TASK INSTRUCTIONS: Find every line in the data that contains the word "IFCLOCALPLACEMENT". Return each of those lines.

EXTRACTED RECORDS:
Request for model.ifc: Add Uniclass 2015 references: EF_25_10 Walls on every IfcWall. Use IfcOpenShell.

First a look at what the model holds.

```python
import ifcopenshell

model = ifcopenshell.open("model.ifc")
print(model.schema)
print("classifications:", [c.Name for c in model.by_type("IfcClassification")])
for ifc_class in ("IfcDoor", "IfcRoof", "IfcStair", "IfcWall", "IfcWindow"):
    print(ifc_class, len(model.by_type(ifc_class)))
```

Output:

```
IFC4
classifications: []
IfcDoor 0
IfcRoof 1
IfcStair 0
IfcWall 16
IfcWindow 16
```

```python
import ifcopenshell
import ifcopenshell.api.classification

model = ifcopenshell.open("model.ifc")

system = ifcopenshell.api.classification.add_classification(model, classification="Uniclass 2015")

codes = {
    "IfcWall": ("EF_25_10", "Walls"),
}
for ifc_class, (code, name) in codes.items():
    products = model.by_type(ifc_class)
    ifcopenshell.api.classification.add_reference(
        model, products=products, classification=system, identification=code, name=name
    )
    print(code, len(products))

model.write("model_edited.ifc")
```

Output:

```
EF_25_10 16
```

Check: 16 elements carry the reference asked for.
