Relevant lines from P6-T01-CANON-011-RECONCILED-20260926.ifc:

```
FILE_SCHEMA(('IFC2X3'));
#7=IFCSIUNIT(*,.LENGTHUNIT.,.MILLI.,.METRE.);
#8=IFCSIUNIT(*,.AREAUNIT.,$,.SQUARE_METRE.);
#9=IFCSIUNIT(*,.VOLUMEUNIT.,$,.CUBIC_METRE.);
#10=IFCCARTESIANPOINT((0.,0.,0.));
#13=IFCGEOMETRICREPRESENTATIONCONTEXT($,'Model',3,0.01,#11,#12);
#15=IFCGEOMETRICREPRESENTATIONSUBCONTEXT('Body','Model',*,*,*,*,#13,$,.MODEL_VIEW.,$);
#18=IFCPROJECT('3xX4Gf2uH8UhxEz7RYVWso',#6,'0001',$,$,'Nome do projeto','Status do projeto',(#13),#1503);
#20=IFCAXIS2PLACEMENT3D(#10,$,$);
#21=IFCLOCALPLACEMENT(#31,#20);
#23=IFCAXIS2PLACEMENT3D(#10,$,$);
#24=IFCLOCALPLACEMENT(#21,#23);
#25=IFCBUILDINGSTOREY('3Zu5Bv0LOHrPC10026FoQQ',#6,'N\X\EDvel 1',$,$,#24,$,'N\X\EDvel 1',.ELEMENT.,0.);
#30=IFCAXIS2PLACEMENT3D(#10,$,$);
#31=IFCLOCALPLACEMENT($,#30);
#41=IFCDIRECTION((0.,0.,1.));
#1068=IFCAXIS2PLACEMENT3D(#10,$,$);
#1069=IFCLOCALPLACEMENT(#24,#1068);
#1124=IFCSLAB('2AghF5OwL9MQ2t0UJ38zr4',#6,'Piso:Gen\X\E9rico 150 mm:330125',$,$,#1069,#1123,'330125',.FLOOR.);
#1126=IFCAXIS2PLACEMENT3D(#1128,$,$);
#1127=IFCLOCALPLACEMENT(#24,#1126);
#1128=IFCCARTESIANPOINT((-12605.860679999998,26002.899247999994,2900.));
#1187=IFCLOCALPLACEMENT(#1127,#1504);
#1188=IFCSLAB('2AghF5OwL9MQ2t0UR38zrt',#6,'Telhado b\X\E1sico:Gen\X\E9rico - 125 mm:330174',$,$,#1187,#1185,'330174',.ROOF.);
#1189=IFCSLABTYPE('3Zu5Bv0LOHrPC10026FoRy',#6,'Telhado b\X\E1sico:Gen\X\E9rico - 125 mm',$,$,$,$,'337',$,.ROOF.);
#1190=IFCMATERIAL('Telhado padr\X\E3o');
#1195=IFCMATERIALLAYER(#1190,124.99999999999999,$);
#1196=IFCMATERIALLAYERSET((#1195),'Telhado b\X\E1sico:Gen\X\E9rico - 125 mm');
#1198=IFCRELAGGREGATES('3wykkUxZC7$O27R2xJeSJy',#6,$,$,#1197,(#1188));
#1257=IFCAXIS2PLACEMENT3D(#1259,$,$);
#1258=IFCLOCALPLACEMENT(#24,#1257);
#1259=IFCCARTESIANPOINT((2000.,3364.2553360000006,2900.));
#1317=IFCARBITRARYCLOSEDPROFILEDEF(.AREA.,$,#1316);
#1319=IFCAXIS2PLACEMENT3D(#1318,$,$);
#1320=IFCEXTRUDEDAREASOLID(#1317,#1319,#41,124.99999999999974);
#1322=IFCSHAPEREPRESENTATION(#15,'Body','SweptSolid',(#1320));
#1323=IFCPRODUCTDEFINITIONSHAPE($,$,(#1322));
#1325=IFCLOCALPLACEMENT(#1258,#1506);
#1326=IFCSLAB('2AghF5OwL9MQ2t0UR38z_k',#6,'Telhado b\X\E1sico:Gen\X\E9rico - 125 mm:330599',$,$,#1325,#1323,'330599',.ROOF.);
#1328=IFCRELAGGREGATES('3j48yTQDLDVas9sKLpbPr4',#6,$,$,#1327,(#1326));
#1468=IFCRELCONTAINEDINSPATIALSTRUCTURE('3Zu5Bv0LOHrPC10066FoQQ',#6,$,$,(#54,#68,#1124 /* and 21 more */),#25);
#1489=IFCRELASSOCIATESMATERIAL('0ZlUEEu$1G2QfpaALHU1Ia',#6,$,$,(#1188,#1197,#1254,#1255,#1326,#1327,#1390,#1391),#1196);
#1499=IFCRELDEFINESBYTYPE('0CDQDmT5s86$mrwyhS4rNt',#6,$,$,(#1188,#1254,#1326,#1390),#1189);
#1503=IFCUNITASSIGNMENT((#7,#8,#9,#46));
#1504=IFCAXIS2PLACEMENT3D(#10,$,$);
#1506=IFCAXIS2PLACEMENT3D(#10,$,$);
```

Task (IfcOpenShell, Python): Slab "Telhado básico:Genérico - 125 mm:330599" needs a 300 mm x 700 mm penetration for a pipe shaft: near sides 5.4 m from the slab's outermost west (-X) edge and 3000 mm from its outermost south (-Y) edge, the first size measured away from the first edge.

```python
import numpy as np
import ifcopenshell
import ifcopenshell.api.feature
import ifcopenshell.api.geometry
import ifcopenshell.api.root
import ifcopenshell.geom
import ifcopenshell.util.placement
import ifcopenshell.util.representation
import ifcopenshell.util.shape
import ifcopenshell.util.unit

model = ifcopenshell.open("P6-T01-CANON-011-RECONCILED-20260926.ifc")
unit_scale = ifcopenshell.util.unit.calculate_unit_scale(model)
settings = ifcopenshell.geom.settings()


def volume(element):
    """Net volume in cubic metres, openings subtracted."""
    shape = ifcopenshell.geom.create_shape(settings, element)
    return ifcopenshell.util.shape.get_volume(shape.geometry)


slab = model.by_id(1326)
before = volume(slab)

# Extent in the slab's own axes, in metres. The edges named are its -X and -Y sides.
slab_shape = ifcopenshell.geom.create_shape(settings, slab)
vertices = ifcopenshell.util.shape.get_vertices(slab_shape.geometry)
x_min, y_min, bottom = vertices.min(axis=0)
top = vertices[:, 2].max()

opening = ifcopenshell.api.root.create_entity(model, ifc_class="IfcOpeningElement", name="Pipe shaft opening")
context = ifcopenshell.util.representation.get_context(model, "Model", "Body", "MODEL_VIEW")
width, depth = 0.3, 0.7
outline = [(0.0, 0.0), (width, 0.0), (width, depth), (0.0, depth), (0.0, 0.0)]
# Overshoot both faces by 50 mm so the cut is clean.
shape = ifcopenshell.api.geometry.add_slab_representation(
    model, context=context, depth=top - bottom + 0.1, polyline=outline
)
ifcopenshell.api.geometry.assign_representation(model, product=opening, representation=shape)

matrix = ifcopenshell.util.placement.get_local_placement(slab.ObjectPlacement)
matrix[:, 3] = matrix @ np.append(np.array([x_min + 5.4, y_min + 3, bottom - 0.05]) / unit_scale, 1.0)
ifcopenshell.api.geometry.edit_object_placement(model, product=opening, matrix=matrix, is_si=False)
ifcopenshell.api.feature.add_feature(model, feature=opening, element=slab)

after = volume(slab)

print(f"slab volume {before:.3f} -> {after:.3f} m3")

model.write("P6-T01-CANON-011-RECONCILED-20260926_rev.ifc")
```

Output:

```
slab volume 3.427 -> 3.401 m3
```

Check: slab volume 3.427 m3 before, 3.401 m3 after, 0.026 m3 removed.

EXERCISE ANSWER:
#21=IFCLOCALPLACEMENT(#31,#20);
#24=IFCLOCALPLACEMENT(#21,#23);
#31=IFCLOCALPLACEMENT($,#30);
#1069=IFCLOCALPLACEMENT(#24,#1068);
#1127=IFCLOCALPLACEMENT(#24,#1126);
#1187=IFCLOCALPLACEMENT(#1127,#1504);
#1258=IFCLOCALPLACEMENT(#24,#1257);
#1325=IFCLOCALPLACEMENT(#1258,#1506);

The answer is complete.